Single by The Big Bopper

from the album Chantilly Lace
- B-side: "The Purple People Eater Meets the Witch Doctor"
- Released: August 1958
- Studio: Gold Star (Houston, Texas)
- Genre: Rock and roll
- Length: 2:20
- Label: Mercury
- Songwriter: J.P. Richardson
- Producer: Jerry Kennedy

The Big Bopper singles chronology
|  | "Chantilly Lace" (1958) | "Little Red Riding Hood" (1958) |

= Chantilly Lace (song) =

1958 single by the Big Bopper

"Chantilly Lace" is a 1958 rock and roll song by The Big Bopper. It was produced by Jerry Kennedy, and reached No. 6 on the US Billboard Hot 100. Bruce Channel covered the song on his 1962 album, Hey! Baby. The song was also covered by Jerry Lee Lewis in 1972.

== History ==
The song was recorded at the Gold Star Studios in Houston, Texas. Originally cut for Pappy Daily's D Records label, the recording was purchased by Mercury Records and reissued in the summer of 1958, just over six months after Chuck Berry released "Sweet Little Sixteen", which uses the same chord progression.

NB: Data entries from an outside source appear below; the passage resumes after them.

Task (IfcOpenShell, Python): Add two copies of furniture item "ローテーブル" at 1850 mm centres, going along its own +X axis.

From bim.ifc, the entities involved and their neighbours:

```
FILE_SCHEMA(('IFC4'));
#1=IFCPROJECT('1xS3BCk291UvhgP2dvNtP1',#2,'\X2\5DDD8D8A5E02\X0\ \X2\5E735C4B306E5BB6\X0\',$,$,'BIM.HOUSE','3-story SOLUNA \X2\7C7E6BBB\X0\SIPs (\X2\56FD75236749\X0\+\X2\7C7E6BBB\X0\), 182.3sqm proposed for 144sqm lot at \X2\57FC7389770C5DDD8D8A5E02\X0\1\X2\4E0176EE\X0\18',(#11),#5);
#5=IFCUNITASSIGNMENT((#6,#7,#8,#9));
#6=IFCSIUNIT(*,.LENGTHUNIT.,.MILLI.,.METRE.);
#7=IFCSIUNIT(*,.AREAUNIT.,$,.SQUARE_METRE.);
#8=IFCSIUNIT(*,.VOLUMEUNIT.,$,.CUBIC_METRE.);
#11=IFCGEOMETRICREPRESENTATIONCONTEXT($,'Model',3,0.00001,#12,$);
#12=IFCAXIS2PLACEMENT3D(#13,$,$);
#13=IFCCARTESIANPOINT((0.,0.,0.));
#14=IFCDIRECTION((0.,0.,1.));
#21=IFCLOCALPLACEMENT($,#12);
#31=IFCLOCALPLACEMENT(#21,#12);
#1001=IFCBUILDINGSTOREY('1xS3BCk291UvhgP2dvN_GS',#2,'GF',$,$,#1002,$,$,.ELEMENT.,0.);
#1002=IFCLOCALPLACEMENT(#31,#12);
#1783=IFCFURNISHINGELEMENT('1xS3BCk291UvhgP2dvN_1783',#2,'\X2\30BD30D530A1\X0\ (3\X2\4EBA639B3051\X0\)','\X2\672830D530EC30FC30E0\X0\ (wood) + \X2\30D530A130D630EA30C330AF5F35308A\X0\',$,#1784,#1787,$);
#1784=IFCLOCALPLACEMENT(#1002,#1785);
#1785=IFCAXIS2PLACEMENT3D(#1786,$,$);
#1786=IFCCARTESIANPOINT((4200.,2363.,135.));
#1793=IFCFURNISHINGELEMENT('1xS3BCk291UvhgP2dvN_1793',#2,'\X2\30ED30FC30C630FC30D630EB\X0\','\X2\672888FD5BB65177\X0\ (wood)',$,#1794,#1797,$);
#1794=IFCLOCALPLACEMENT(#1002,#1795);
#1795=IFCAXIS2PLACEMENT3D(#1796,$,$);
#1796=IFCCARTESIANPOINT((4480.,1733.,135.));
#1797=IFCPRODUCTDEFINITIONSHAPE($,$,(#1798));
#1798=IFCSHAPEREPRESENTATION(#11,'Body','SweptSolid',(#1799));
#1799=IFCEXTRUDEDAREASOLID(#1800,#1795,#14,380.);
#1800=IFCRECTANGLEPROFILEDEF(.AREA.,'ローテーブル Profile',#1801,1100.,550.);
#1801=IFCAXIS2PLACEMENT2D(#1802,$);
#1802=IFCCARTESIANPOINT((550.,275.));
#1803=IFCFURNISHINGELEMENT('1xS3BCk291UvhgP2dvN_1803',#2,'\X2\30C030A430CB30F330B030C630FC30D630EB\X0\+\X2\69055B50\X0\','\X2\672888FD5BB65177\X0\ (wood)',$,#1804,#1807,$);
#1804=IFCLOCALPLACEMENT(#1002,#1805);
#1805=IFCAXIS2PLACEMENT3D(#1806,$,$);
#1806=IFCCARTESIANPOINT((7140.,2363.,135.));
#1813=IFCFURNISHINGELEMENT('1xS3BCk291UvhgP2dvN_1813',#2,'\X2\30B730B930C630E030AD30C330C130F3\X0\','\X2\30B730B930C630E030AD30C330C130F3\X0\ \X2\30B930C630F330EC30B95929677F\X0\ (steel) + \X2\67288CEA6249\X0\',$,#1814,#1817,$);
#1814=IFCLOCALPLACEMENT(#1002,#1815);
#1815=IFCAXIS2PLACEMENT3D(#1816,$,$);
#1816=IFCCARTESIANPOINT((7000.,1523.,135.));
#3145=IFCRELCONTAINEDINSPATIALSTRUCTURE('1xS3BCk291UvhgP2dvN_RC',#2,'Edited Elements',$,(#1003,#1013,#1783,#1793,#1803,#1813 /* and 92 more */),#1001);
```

```python
import ifcopenshell
import ifcopenshell.api.geometry
import ifcopenshell.api.root
import ifcopenshell.util.element
import ifcopenshell.util.placement
import ifcopenshell.util.unit

model = ifcopenshell.open("bim.ifc")
unit_scale = ifcopenshell.util.unit.calculate_unit_scale(model)


def reuse_history(source, copy):
    """copy_class also copies each property set's owner history, people and application; keep the originals."""
    for rel in copy.IsDefinedBy:
        if rel.is_a("IfcRelDefinesByProperties") and (history := rel.RelatingPropertyDefinition.OwnerHistory):
            rel.RelatingPropertyDefinition.OwnerHistory = source.OwnerHistory
            ifcopenshell.util.element.remove_deep2(model, history)


source = model.by_guid("1xS3BCk291UvhgP2dvN_1793")
base = ifcopenshell.util.placement.get_local_placement(source.ObjectPlacement)
step = base[:3, 0] * 1.85 / unit_scale

for i in range(1, 3):
    copy = ifcopenshell.api.root.copy_class(model, product=source)
    copy.Representation = ifcopenshell.util.element.copy_deep(
        model, source.Representation, exclude=["IfcGeometricRepresentationContext", "IfcRepresentationMap"]
    )
    reuse_history(source, copy)
    matrix = base.copy()
    matrix[:3, 3] += i * step
    print("added at", matrix[:3, 3].round(3) + 0.0)
    ifcopenshell.api.geometry.edit_object_placement(model, product=copy, matrix=matrix, is_si=False)

model.write("bim_updated.ifc")
```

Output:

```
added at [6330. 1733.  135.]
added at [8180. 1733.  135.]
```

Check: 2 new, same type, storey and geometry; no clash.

The song was originally released as the flip side to "The Purple People Eater Meets The Witch Doctor", which parodied "The Purple People Eater" by Sheb Wooley and "Witch Doctor" by David Seville. This was J. P. Richardson's first release under the moniker The Big Bopper. However, DJs and the public preferred the flip side "Chantilly Lace", and it was this song that became a hit.

The song reached No. 6 on the Billboard Hot 100 and spent 22 weeks on the national Top 40. It was the third most played song of 1958. On the Cash Box chart, "Chantilly Lace" reached No. 4.

== Lyrics ==
The song depicts a young man flirting with his girlfriend on the telephone and listing things about her that he likes, including:

Chantilly lace and a pretty face

And a ponytail hangin' down

A wiggle in her walk and a giggle in her talk

Make the world go 'round.

==Charts==

| Chart (1958) | Peak position |
|---|---|
| Canada (CHUM Hit Parade) | 2 |
| UK Singles (Official Charts) | 12 |
| US Billboard Hot 100 | 6 |
| US Cash Box Top 100 | 4 |

== Jerry Lee Lewis version ==

In January 1972, Jerry Lee Lewis recorded a version of "Chantilly Lace" at the Mercury studio in Nashville. The recording was done with everyone (10 musicians and 6 backing singers) crowded into the studio as Lewis did not want any overdubbing on the record. The single (with B-side "Think About It Darlin'") was released six weeks after it was recorded. It was for three weeks a No. 1 hit on the Billboard Hot Country Singles chart and a top fifty pop hit in the United States and a Top 40 pop hit in the UK. The song was included in the album The Killer Rocks On

===Charts===

| Chart (1972) | Peak position |
|---|---|
| Belgium (Ultratop 50 Flanders) | 18 |
| Belgium (Ultratop 50 Wallonia) | 50 |
| Canada Top Singles (RPM) | 59 |
| Canada Country Tracks (RPM) | 1 |
| Netherlands (Single Top 100) | 15 |
| UK Singles (Official Charts) | 33 |
| US Billboard Hot 100 | 43 |
| US Hot Country Songs (Billboard) | 1 |
| US Adult Contemporary (Billboard) | 23 |
| US Cashbox Top 100 | 56 |

==In popular culture==
The song inspired an answer song titled "That Makes It", recorded by actress Jayne Mansfield in 1964, and released as the B-side to "Little Things Mean A Lot". Mansfield performed the song in the 1966 film The Las Vegas Hillbillys.